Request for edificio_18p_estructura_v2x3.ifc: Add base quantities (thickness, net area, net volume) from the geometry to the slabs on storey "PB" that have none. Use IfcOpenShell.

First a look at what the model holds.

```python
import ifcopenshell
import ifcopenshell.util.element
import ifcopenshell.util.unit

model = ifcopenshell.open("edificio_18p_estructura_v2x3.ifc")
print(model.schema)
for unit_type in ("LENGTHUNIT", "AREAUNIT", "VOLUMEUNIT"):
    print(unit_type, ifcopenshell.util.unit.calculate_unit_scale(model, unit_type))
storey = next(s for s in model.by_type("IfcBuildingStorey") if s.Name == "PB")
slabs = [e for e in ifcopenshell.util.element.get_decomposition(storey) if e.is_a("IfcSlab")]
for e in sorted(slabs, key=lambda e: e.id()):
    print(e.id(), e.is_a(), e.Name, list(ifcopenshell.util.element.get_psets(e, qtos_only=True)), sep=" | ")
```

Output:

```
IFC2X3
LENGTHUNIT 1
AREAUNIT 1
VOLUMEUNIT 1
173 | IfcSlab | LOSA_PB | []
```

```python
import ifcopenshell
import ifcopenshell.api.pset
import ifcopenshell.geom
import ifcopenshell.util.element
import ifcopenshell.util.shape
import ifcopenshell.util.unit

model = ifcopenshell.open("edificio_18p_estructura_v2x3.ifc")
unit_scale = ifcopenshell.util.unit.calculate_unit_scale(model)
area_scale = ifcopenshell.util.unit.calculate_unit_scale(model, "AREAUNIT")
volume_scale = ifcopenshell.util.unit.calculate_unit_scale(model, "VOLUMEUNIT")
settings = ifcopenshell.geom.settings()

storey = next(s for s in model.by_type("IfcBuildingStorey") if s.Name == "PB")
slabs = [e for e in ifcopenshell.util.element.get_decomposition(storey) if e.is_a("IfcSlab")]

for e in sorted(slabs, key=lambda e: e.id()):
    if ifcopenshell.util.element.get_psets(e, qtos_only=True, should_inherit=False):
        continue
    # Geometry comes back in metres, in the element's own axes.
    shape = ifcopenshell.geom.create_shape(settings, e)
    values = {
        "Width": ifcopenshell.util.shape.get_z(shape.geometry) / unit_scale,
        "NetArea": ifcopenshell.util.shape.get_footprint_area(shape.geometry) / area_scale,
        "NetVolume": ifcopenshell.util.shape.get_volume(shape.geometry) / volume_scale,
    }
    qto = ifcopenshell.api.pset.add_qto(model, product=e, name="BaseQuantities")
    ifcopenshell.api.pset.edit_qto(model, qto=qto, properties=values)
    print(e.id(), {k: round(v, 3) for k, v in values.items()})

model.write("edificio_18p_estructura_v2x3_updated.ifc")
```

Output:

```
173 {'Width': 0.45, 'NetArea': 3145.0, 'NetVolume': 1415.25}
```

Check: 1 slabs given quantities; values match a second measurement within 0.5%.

Exercise brief:
Return the listing. Match it exactly.

Solution to this exercise:
Request for edificio_18p_estructura_v2x3.ifc: Add base quantities (thickness, net area, net volume) from the geometry to the slabs on storey "PB" that have none. Use IfcOpenShell.

First a look at what the model holds.

```python
import ifcopenshell
import ifcopenshell.util.element
import ifcopenshell.util.unit

model = ifcopenshell.open("edificio_18p_estructura_v2x3.ifc")
print(model.schema)
for unit_type in ("LENGTHUNIT", "AREAUNIT", "VOLUMEUNIT"):
    print(unit_type, ifcopenshell.util.unit.calculate_unit_scale(model, unit_type))
storey = next(s for s in model.by_type("IfcBuildingStorey") if s.Name == "PB")
slabs = [e for e in ifcopenshell.util.element.get_decomposition(storey) if e.is_a("IfcSlab")]
for e in sorted(slabs, key=lambda e: e.id()):
    print(e.id(), e.is_a(), e.Name, list(ifcopenshell.util.element.get_psets(e, qtos_only=True)), sep=" | ")
```

Output:

```
IFC2X3
LENGTHUNIT 1
AREAUNIT 1
VOLUMEUNIT 1
173 | IfcSlab | LOSA_PB | []
```

```python
import ifcopenshell
import ifcopenshell.api.pset
import ifcopenshell.geom
import ifcopenshell.util.element
import ifcopenshell.util.shape
import ifcopenshell.util.unit

model = ifcopenshell.open("edificio_18p_estructura_v2x3.ifc")
unit_scale = ifcopenshell.util.unit.calculate_unit_scale(model)
area_scale = ifcopenshell.util.unit.calculate_unit_scale(model, "AREAUNIT")
volume_scale = ifcopenshell.util.unit.calculate_unit_scale(model, "VOLUMEUNIT")
settings = ifcopenshell.geom.settings()

storey = next(s for s in model.by_type("IfcBuildingStorey") if s.Name == "PB")
slabs = [e for e in ifcopenshell.util.element.get_decomposition(storey) if e.is_a("IfcSlab")]

for e in sorted(slabs, key=lambda e: e.id()):
    if ifcopenshell.util.element.get_psets(e, qtos_only=True, should_inherit=False):
        continue
    # Geometry comes back in metres, in the element's own axes.
    shape = ifcopenshell.geom.create_shape(settings, e)
    values = {
        "Width": ifcopenshell.util.shape.get_z(shape.geometry) / unit_scale,
        "NetArea": ifcopenshell.util.shape.get_footprint_area(shape.geometry) / area_scale,
        "NetVolume": ifcopenshell.util.shape.get_volume(shape.geometry) / volume_scale,
    }
    qto = ifcopenshell.api.pset.add_qto(model, product=e, name="BaseQuantities")
    ifcopenshell.api.pset.edit_qto(model, qto=qto, properties=values)
    print(e.id(), {k: round(v, 3) for k, v in values.items()})

model.write("edificio_18p_estructura_v2x3_updated.ifc")
```

Output:

```
173 {'Width': 0.45, 'NetArea': 3145.0, 'NetVolume': 1415.25}
```

Check: 1 slabs given quantities; values match a second measurement within 0.5%.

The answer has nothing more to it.